What This Repository Contains

Explainability Results

These files are the outputs of interpretability analyses applied to ppiGPT predictions:

File Size Description
results/deeplift_motif_analysis_results.pkl 78 MB Captum DeepLift per-residue attribution scores, motif discovery results, and position-wise statistics for all 2,168 protein pairs (1,084 PRS + 1,084 RRS)
results/integrated_gradients_random_ppi_per_token_attributions.csv 174 MB Captum Integrated Gradients per-token attribution scores for the 1,084 random reference set pairs

ppiGPT Model Checkpoint (for reproducibility)

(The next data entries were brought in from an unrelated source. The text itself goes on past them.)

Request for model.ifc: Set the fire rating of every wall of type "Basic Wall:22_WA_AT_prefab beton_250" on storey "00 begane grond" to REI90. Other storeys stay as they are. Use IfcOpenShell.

First a look at what the model holds.

```python
import ifcopenshell
import ifcopenshell.util.element

model = ifcopenshell.open("model.ifc")
print(model.schema)
storey = next(s for s in model.by_type("IfcBuildingStorey") if s.Name == "00 begane grond")
walls = [e for e in ifcopenshell.util.element.get_decomposition(storey) if e.is_a("IfcWall")]
seen = {}
for e in walls:
    element_type = ifcopenshell.util.element.get_type(e)
    key = (element_type.Name if element_type != e and element_type else None, ifcopenshell.util.element.get_pset(e, "Pset_WallCommon", "FireRating"))
    seen[key] = seen.get(key, 0) + 1
for (name, value), count in sorted(seen.items(), key=str):
    print(count, "x", name, "|", value)
```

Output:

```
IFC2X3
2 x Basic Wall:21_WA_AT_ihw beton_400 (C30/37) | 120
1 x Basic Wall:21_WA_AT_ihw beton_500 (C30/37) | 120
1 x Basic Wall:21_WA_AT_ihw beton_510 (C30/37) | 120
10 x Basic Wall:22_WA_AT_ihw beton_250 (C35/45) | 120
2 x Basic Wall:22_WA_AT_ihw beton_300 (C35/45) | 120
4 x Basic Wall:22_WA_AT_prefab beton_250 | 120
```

```python
import ifcopenshell
import ifcopenshell.api.pset
import ifcopenshell.util.element

model = ifcopenshell.open("model.ifc")

storey = next(s for s in model.by_type("IfcBuildingStorey") if s.Name == "00 begane grond")
walls = [e for e in ifcopenshell.util.element.get_decomposition(storey) if e.is_a("IfcWall")]

count = 0
for e in walls:
    element_type = ifcopenshell.util.element.get_type(e)
    if element_type in (None, e) or element_type.Name != "Basic Wall:22_WA_AT_prefab beton_250":
        continue
    # add_pset returns the element's existing set when there is one.
    pset = ifcopenshell.api.pset.add_pset(model, product=e, name="Pset_WallCommon")
    ifcopenshell.api.pset.edit_pset(model, pset=pset, properties={"FireRating": "REI90"})
    count += 1

print(count, "walls updated")

model.write("model_updated.ifc")
```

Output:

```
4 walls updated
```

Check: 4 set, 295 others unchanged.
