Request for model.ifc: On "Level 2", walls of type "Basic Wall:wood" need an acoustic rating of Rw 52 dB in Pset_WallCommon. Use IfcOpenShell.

First a look at what the model holds.

```python
import ifcopenshell
import ifcopenshell.util.element

model = ifcopenshell.open("model.ifc")
print(model.schema)
storey = next(s for s in model.by_type("IfcBuildingStorey") if s.Name == "Level 2")
walls = [e for e in ifcopenshell.util.element.get_decomposition(storey) if e.is_a("IfcWall")]
seen = {}
for e in walls:
    element_type = ifcopenshell.util.element.get_type(e)
    key = (element_type.Name if element_type != e and element_type else None, ifcopenshell.util.element.get_pset(e, "Pset_WallCommon", "AcousticRating"))
    seen[key] = seen.get(key, 0) + 1
for (name, value), count in sorted(seen.items(), key=str):
    print(count, "x", name, "|", value)
```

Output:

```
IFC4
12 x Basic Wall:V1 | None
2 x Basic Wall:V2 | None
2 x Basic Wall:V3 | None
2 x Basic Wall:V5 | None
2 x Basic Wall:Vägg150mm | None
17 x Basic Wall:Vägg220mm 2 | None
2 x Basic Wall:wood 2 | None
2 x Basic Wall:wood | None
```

```python
import ifcopenshell
import ifcopenshell.api.pset
import ifcopenshell.util.element

model = ifcopenshell.open("model.ifc")

storey = next(s for s in model.by_type("IfcBuildingStorey") if s.Name == "Level 2")
walls = [e for e in ifcopenshell.util.element.get_decomposition(storey) if e.is_a("IfcWall")]

count = 0
for e in walls:
    element_type = ifcopenshell.util.element.get_type(e)
    if element_type in (None, e) or element_type.Name != "Basic Wall:wood":
        continue
    # add_pset returns the element's existing set when there is one.
    pset = ifcopenshell.api.pset.add_pset(model, product=e, name="Pset_WallCommon")
    ifcopenshell.api.pset.edit_pset(model, pset=pset, properties={"AcousticRating": "Rw 52 dB"})
    count += 1

print(count, "walls updated")

model.write("model_edited.ifc")
```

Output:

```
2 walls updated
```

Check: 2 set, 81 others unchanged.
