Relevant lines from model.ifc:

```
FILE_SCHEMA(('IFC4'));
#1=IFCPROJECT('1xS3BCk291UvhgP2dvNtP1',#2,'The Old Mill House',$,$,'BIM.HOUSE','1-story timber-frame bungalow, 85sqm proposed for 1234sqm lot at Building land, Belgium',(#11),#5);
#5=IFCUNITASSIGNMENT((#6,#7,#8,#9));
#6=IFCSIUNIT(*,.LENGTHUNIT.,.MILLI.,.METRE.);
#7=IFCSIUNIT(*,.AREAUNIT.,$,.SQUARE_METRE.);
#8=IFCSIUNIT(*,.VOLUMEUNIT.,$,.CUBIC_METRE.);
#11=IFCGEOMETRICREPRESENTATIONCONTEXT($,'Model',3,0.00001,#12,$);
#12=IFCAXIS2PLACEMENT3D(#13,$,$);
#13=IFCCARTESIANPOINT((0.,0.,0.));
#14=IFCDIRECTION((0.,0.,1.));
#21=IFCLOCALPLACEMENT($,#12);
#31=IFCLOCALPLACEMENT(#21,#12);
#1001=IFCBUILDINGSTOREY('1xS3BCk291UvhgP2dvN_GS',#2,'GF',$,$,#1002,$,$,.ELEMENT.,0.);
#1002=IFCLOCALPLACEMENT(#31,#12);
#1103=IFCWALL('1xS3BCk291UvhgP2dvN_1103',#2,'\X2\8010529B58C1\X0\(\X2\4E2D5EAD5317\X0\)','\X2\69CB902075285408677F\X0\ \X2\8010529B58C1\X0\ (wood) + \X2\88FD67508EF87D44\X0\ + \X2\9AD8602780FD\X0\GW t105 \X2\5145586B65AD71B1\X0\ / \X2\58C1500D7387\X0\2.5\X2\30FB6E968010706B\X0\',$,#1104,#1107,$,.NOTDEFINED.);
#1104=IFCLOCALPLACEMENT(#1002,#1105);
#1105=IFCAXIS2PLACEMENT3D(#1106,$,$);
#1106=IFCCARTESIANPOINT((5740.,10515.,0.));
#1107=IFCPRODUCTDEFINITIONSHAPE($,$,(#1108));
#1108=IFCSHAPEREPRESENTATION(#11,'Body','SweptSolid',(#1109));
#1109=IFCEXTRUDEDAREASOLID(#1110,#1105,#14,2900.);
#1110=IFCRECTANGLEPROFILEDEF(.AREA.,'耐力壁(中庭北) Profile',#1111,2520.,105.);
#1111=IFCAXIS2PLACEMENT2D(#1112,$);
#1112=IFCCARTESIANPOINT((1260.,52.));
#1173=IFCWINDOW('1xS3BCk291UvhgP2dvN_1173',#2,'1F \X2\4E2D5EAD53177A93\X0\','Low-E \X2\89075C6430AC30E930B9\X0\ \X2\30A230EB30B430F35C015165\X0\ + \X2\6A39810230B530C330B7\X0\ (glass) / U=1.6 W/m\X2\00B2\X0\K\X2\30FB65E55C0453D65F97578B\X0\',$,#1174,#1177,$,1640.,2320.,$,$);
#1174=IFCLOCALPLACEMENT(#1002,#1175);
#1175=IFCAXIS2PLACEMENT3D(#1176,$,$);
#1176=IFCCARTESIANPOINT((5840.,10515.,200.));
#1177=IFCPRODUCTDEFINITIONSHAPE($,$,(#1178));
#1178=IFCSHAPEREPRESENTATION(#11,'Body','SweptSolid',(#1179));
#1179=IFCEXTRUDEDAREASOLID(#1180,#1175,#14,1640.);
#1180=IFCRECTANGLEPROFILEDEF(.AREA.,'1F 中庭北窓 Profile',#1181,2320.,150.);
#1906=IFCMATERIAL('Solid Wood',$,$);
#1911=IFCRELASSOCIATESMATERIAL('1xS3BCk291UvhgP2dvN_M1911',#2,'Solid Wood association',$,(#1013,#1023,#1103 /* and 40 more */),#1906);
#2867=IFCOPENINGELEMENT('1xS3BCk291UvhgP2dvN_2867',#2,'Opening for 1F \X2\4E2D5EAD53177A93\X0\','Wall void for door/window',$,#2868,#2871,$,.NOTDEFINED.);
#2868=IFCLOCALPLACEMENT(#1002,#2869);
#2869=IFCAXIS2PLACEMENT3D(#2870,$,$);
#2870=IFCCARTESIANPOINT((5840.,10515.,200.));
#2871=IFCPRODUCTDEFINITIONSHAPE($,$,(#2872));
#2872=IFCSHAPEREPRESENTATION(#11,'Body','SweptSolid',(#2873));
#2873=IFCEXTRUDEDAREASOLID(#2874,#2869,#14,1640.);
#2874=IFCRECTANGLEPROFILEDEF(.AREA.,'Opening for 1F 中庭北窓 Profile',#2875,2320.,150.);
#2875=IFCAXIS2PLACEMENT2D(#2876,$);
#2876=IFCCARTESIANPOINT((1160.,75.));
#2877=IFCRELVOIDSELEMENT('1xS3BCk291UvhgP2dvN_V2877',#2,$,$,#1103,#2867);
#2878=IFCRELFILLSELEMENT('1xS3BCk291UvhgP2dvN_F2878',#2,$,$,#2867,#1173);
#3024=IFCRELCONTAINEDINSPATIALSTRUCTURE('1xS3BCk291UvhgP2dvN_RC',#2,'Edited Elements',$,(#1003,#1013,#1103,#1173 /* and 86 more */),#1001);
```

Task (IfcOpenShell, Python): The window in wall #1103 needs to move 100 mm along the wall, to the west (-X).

```python
import ifcopenshell
import ifcopenshell.api.geometry
import ifcopenshell.util.placement

model = ifcopenshell.open("model.ifc")

window = model.by_guid("1xS3BCk291UvhgP2dvN_1173")
opening = window.FillsVoids[0].RelatingOpeningElement
wall = opening.VoidsElements[0].RelatingBuildingElement

wall_matrix = ifcopenshell.util.placement.get_local_placement(wall.ObjectPlacement)
shift = wall_matrix[:3, 0] * -100.0
before = ifcopenshell.util.placement.get_local_placement(window.ObjectPlacement)[:3, 3].copy()

# The window is not placed relative to its opening, so move both.
for product in (opening, window):
    matrix = ifcopenshell.util.placement.get_local_placement(product.ObjectPlacement)
    matrix[:3, 3] += shift
    ifcopenshell.api.geometry.edit_object_placement(model, product=product, matrix=matrix, is_si=False)

after = ifcopenshell.util.placement.get_local_placement(window.ObjectPlacement)[:3, 3]
print("window moved by", (after - before).round(3) + 0.0)

model.write("model_edited.ifc")
```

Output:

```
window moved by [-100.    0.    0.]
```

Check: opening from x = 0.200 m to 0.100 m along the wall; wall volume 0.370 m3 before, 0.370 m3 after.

The ppiGPT model was created by Kourosh Salehi-Ashtiani and is included here solely to enable reproduction of the explainability analyses. It is not a product of the explainability work.

File Size Description
model/out_3e/ckpt.pt 1.0 GB ppiGPT model checkpoint (3 epochs)
model/data/meta.pkl 343 B Character-level tokenizer metadata (29-token vocabulary)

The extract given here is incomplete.